Par ailleurs, la perte de l'avance en compte-courant d'associé et de l'apport en capital n'est consommée qu'au jour de l'impossibilité pour la SARL Bocaux [Localité 20] de payer le premier et de poursuivre son activité, soit à la date d'ouverture de sa liquidation judiciaire le 24 avril 2018. Il en est de même du préjudice consécutif résidant dans la perte de chance de mieux investir les fonds.
Enfin, le préjudice de monsieur [M] [R] à raison des paiements réalisés en sa qualité de caution lui a été révélé au plus tôt le 18 mai 2018, date de la mise en demeure que lui a adressée la banque, et au plus tard le 19 mars 2019, date de l'homologation du protocole d'accord fixant sa dette à la somme de 103 890,02 euros (sa pièce 62). Son préjudice moral, qui découle de la consommation des préjudices précédents, n'a pu être révélé antérieurement.

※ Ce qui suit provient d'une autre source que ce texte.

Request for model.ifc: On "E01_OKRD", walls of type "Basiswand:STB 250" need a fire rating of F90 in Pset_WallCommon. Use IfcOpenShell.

First a look at what the model holds.

```python
import ifcopenshell
import ifcopenshell.util.element

model = ifcopenshell.open("model.ifc")
print(model.schema)
storey = next(s for s in model.by_type("IfcBuildingStorey") if s.Name == "E01_OKRD")
walls = [e for e in ifcopenshell.util.element.get_decomposition(storey) if e.is_a("IfcWall")]
seen = {}
for e in walls:
    element_type = ifcopenshell.util.element.get_type(e)
    key = (element_type.Name if element_type != e and element_type else None, ifcopenshell.util.element.get_pset(e, "Pset_WallCommon", "FireRating"))
    seen[key] = seen.get(key, 0) + 1
for (name, value), count in sorted(seen.items(), key=str):
    print(count, "x", name, "|", value)
```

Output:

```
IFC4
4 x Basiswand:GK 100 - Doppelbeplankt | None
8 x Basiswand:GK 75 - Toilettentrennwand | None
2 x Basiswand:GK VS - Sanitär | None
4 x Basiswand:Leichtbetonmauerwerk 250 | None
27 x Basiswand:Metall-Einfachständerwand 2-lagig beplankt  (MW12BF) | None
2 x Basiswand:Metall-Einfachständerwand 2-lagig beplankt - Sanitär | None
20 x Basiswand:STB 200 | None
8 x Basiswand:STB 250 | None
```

```python
import ifcopenshell
import ifcopenshell.api.pset
import ifcopenshell.util.element

model = ifcopenshell.open("model.ifc")

storey = next(s for s in model.by_type("IfcBuildingStorey") if s.Name == "E01_OKRD")
walls = [e for e in ifcopenshell.util.element.get_decomposition(storey) if e.is_a("IfcWall")]

count = 0
for e in walls:
    element_type = ifcopenshell.util.element.get_type(e)
    if element_type in (None, e) or element_type.Name != "Basiswand:STB 250":
        continue
    # add_pset returns the element's existing set when there is one.
    pset = ifcopenshell.api.pset.add_pset(model, product=e, name="Pset_WallCommon")
    ifcopenshell.api.pset.edit_pset(model, pset=pset, properties={"FireRating": "F90"})
    count += 1

print(count, "walls updated")

model.write("model-out.ifc")
```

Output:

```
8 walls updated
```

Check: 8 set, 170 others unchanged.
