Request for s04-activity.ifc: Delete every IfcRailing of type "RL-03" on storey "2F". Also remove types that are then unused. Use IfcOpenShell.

First a look at what the model holds.

```python
import ifcopenshell
import ifcopenshell.util.element

model = ifcopenshell.open("s04-activity.ifc")
print(model.schema)
storey = next(s for s in model.by_type("IfcBuildingStorey") if s.Name == "2F")
railings = [e for e in ifcopenshell.util.element.get_decomposition(storey) if e.is_a("IfcRailing")]
seen = {}
for e in railings:
    element_type = ifcopenshell.util.element.get_type(e)
    name = element_type.Name if element_type not in (None, e) else None
    seen[name] = seen.get(name, 0) + 1
for name, count in sorted(seen.items(), key=str):
    print(count, "x", name)
```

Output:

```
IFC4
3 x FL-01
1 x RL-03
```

```python
import ifcopenshell
import ifcopenshell.api.root
import ifcopenshell.util.element

model = ifcopenshell.open("s04-activity.ifc")

storey = next(s for s in model.by_type("IfcBuildingStorey") if s.Name == "2F")
railings = [e for e in ifcopenshell.util.element.get_decomposition(storey) if e.is_a("IfcRailing")]
targets = [e for e in railings if (t := ifcopenshell.util.element.get_type(e)) not in (None, e) and t.Name == "RL-03"]
types = {ifcopenshell.util.element.get_type(e) for e in targets} - {None, *targets}

for e in targets:
    ifcopenshell.api.root.remove_product(model, product=e)
print(len(targets), "removed")

unused = [t for t in types if not ifcopenshell.util.element.get_types(t)]
for t in unused:
    ifcopenshell.api.root.remove_product(model, product=t)
print(len(unused), "unused types removed")

model.write("s04-activity_rev.ifc")
```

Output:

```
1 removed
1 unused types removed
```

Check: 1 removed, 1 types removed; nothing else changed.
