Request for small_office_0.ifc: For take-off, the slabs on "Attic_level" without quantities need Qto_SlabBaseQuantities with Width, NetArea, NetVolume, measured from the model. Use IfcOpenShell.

First a look at what the model holds.

```python
import ifcopenshell
import ifcopenshell.util.element
import ifcopenshell.util.unit

model = ifcopenshell.open("small_office_0.ifc")
print(model.schema)
for unit_type in ("LENGTHUNIT", "AREAUNIT", "VOLUMEUNIT"):
    print(unit_type, ifcopenshell.util.unit.calculate_unit_scale(model, unit_type))
storey = next(s for s in model.by_type("IfcBuildingStorey") if s.Name == "Attic_level")
slabs = [e for e in ifcopenshell.util.element.get_decomposition(storey) if e.is_a("IfcSlab")]
for e in sorted(slabs, key=lambda e: e.id()):
    print(e.id(), e.is_a(), e.Name, list(ifcopenshell.util.element.get_psets(e, qtos_only=True)), sep=" | ")
```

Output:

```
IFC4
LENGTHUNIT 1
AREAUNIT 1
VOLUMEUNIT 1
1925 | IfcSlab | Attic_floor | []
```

```python
import ifcopenshell
import ifcopenshell.api.pset
import ifcopenshell.geom
import ifcopenshell.util.element
import ifcopenshell.util.shape
import ifcopenshell.util.unit

model = ifcopenshell.open("small_office_0.ifc")
unit_scale = ifcopenshell.util.unit.calculate_unit_scale(model)
area_scale = ifcopenshell.util.unit.calculate_unit_scale(model, "AREAUNIT")
volume_scale = ifcopenshell.util.unit.calculate_unit_scale(model, "VOLUMEUNIT")
settings = ifcopenshell.geom.settings()

storey = next(s for s in model.by_type("IfcBuildingStorey") if s.Name == "Attic_level")
slabs = [e for e in ifcopenshell.util.element.get_decomposition(storey) if e.is_a("IfcSlab")]

for e in sorted(slabs, key=lambda e: e.id()):
    if ifcopenshell.util.element.get_psets(e, qtos_only=True, should_inherit=False):
        continue
    # Geometry comes back in metres, in the element's own axes.
    shape = ifcopenshell.geom.create_shape(settings, e)
    values = {
        "Width": ifcopenshell.util.shape.get_z(shape.geometry) / unit_scale,
        "NetArea": ifcopenshell.util.shape.get_footprint_area(shape.geometry) / area_scale,
        "NetVolume": ifcopenshell.util.shape.get_volume(shape.geometry) / volume_scale,
    }
    qto = ifcopenshell.api.pset.add_qto(model, product=e, name="Qto_SlabBaseQuantities")
    ifcopenshell.api.pset.edit_qto(model, qto=qto, properties=values)
    print(e.id(), {k: round(v, 3) for k, v in values.items()})

model.write("small_office_0_edited.ifc")
```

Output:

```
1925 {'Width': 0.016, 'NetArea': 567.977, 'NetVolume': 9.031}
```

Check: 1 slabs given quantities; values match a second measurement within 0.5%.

En conséquence, aucune de ces demandes n'est prescrite au jour de l'assignation des 29 octobre et 2 novembre 2020 et le jugement entrepris sera confirmé en ce qu'il a rejeté la fin de non-recevoir opposée par la SARL Boco Développement et la SAS Boco à ce titre.
- Sur la qualité à défendre
Conformément aux articles 30 à 31 du code de procédure civile, l'action est le droit, pour l'auteur d'une prétention, d'être entendu sur le fond de celle-ci afin que le juge la dise bien ou mal fondée. Pour l'adversaire, l'action est le droit de discuter le bien-fondé de cette prétention. L'action est ouverte à tous ceux qui ont un intérêt légitime au succès ou au rejet d'une prétention, sous réserve des cas dans lesquels la loi attribue le droit d'agir aux seules personnes qu'elle qualifie pour élever ou combattre une prétention, ou pour défendre un intérêt déterminé, toute prétention émise par ou contre une personne dépourvue du droit d'agir étant irrecevable.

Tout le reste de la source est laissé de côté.